Namely, each of the fixing surface parts 333 and 333 of the bracket 330 includes two elongated holes 337a and 337b. Further, there are formed two the cut out shapes of the longitudinal surface part of the platen stay 400 so as to correspond to the two fixing surface parts 333 and 333 of the bracket 330 (the extending parts are indicated by the reference numerals 402a and 402a).

On the header side of the extending parts, namely on the center side in the direction opposite to the sheet discharge direction, position determining pins (decapitated head pins) 403 and 403 are provided so as to be engaged with the elongated holes 337a.

In this second embodiment, it may become easier to set (install) the bracket 330 on the platen stay 400 at an appropriate position in the sheet discharge direction. The holes 335 in this second embodiment are elongated holes as illustrated in FIGS. 9A through 9D. Obviously, it is preferable that the holes 335 formed on the bracket 330 in the first embodiment also are elongated holes.
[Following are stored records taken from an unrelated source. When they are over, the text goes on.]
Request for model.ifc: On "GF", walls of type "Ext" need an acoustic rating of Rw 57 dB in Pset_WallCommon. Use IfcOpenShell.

First a look at what the model holds.

```python
import ifcopenshell
import ifcopenshell.util.element

model = ifcopenshell.open("model.ifc")
print(model.schema)
storey = next(s for s in model.by_type("IfcBuildingStorey") if s.Name == "GF")
walls = [e for e in ifcopenshell.util.element.get_decomposition(storey) if e.is_a("IfcWall")]
seen = {}
for e in walls:
    element_type = ifcopenshell.util.element.get_type(e)
    key = (element_type.Name if element_type != e and element_type else None, ifcopenshell.util.element.get_pset(e, "Pset_WallCommon", "AcousticRating"))
    seen[key] = seen.get(key, 0) + 1
for (name, value), count in sorted(seen.items(), key=str):
    print(count, "x", name, "|", value)
```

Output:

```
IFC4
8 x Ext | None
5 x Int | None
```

```python
import ifcopenshell
import ifcopenshell.api.pset
import ifcopenshell.util.element

model = ifcopenshell.open("model.ifc")

storey = next(s for s in model.by_type("IfcBuildingStorey") if s.Name == "GF")
walls = [e for e in ifcopenshell.util.element.get_decomposition(storey) if e.is_a("IfcWall")]

count = 0
for e in walls:
    element_type = ifcopenshell.util.element.get_type(e)
    if element_type in (None, e) or element_type.Name != "Ext":
        continue
    # add_pset returns the element's existing set when there is one.
    pset = ifcopenshell.api.pset.add_pset(model, product=e, name="Pset_WallCommon")
    ifcopenshell.api.pset.edit_pset(model, pset=pset, properties={"AcousticRating": "Rw 57 dB"})
    count += 1

print(count, "walls updated")

model.write("model-out.ifc")
```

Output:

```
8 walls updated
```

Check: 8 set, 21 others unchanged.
Although the invention has been described with respect to a specific embodiment for a complete and clear disclosure, the appended claims are not to be thus limited but are to be construed as embodying all modifications and alternative constructions that may occur to one skilled in the art that fairly fall within the basic teaching herein set forth.

Claims

1. A pillow block to be installed to fit with a feed roller, which feeds a recording medium, to support the feed roller, the pillow block comprising:

a pillow block main body;

a wedge body configured to adjust a height position of the pillow block main body; and

a bracket configured to adjustably install the pillow block main body in a recording medium feeding direction on a mounting surface on which the pillow block is to be mounted,

wherein the pillow block main body includes a reception part that is disposed on an upper part of the pillow block main body and is open on an upper side thereof so as to support the feed roller,

wherein the pillow block main body further includes a concave part, so that the wedge body is inserted into the concave part,

wherein the bracket is configured to be temporarily fixed to the mounting surface in a manner such that the position of the bracket in the recording medium feeding direction is adjustable, and

wherein the wedge body is configured to push up the height position of the pillow block main body upon being inserted into the concave part to determine the position of the reception part so that the reception part supports the feed roller from below.

2. The pillow block according to claim 1,

wherein the concave part includes an inclined ceiling, so that the height position of the pillow block main body is changed depending on a position where the inclined ceiling is in contact with an upper surface of the wedge body, and

wherein the bracket includes elongated holes, so that the bracket is temporarily fixed to the mounting surface with screws in a manner such that the position of the bracket in the recording medium feeding direction is adjustable.

3. The pillow block according to claim 1,

wherein the pillow block main body includes plural screw holes formed on a surface on a side opposite to the side of the concave part, and

wherein the bracket includes plural screw holes on a surface that faces the surface on which the plural screw holes of the pillow block main body are formed to fix the pillow block main body and the wedge body inserted into the concave part of the pillow block main body.

4. The pillow block according to claim 1,

wherein the bracket includes elongated holes to fix the bracket to the mounting surface and a pair of fixing surface parts to be fixed to the mounting surface, and

wherein each of the pair of the fixing surface parts includes a pair of the elongated holes arranged in the recording medium feeding direction.

5. A feeding apparatus for feeding a recording medium, the feeding apparatus comprising:

the pillow block according to claim 1.

6. An image forming apparatus that feeds a recording medium by using the feeding apparatus according to claim 5.

7. An image processing apparatus that feeds a recording medium by using the feeding apparatus according to claim 5.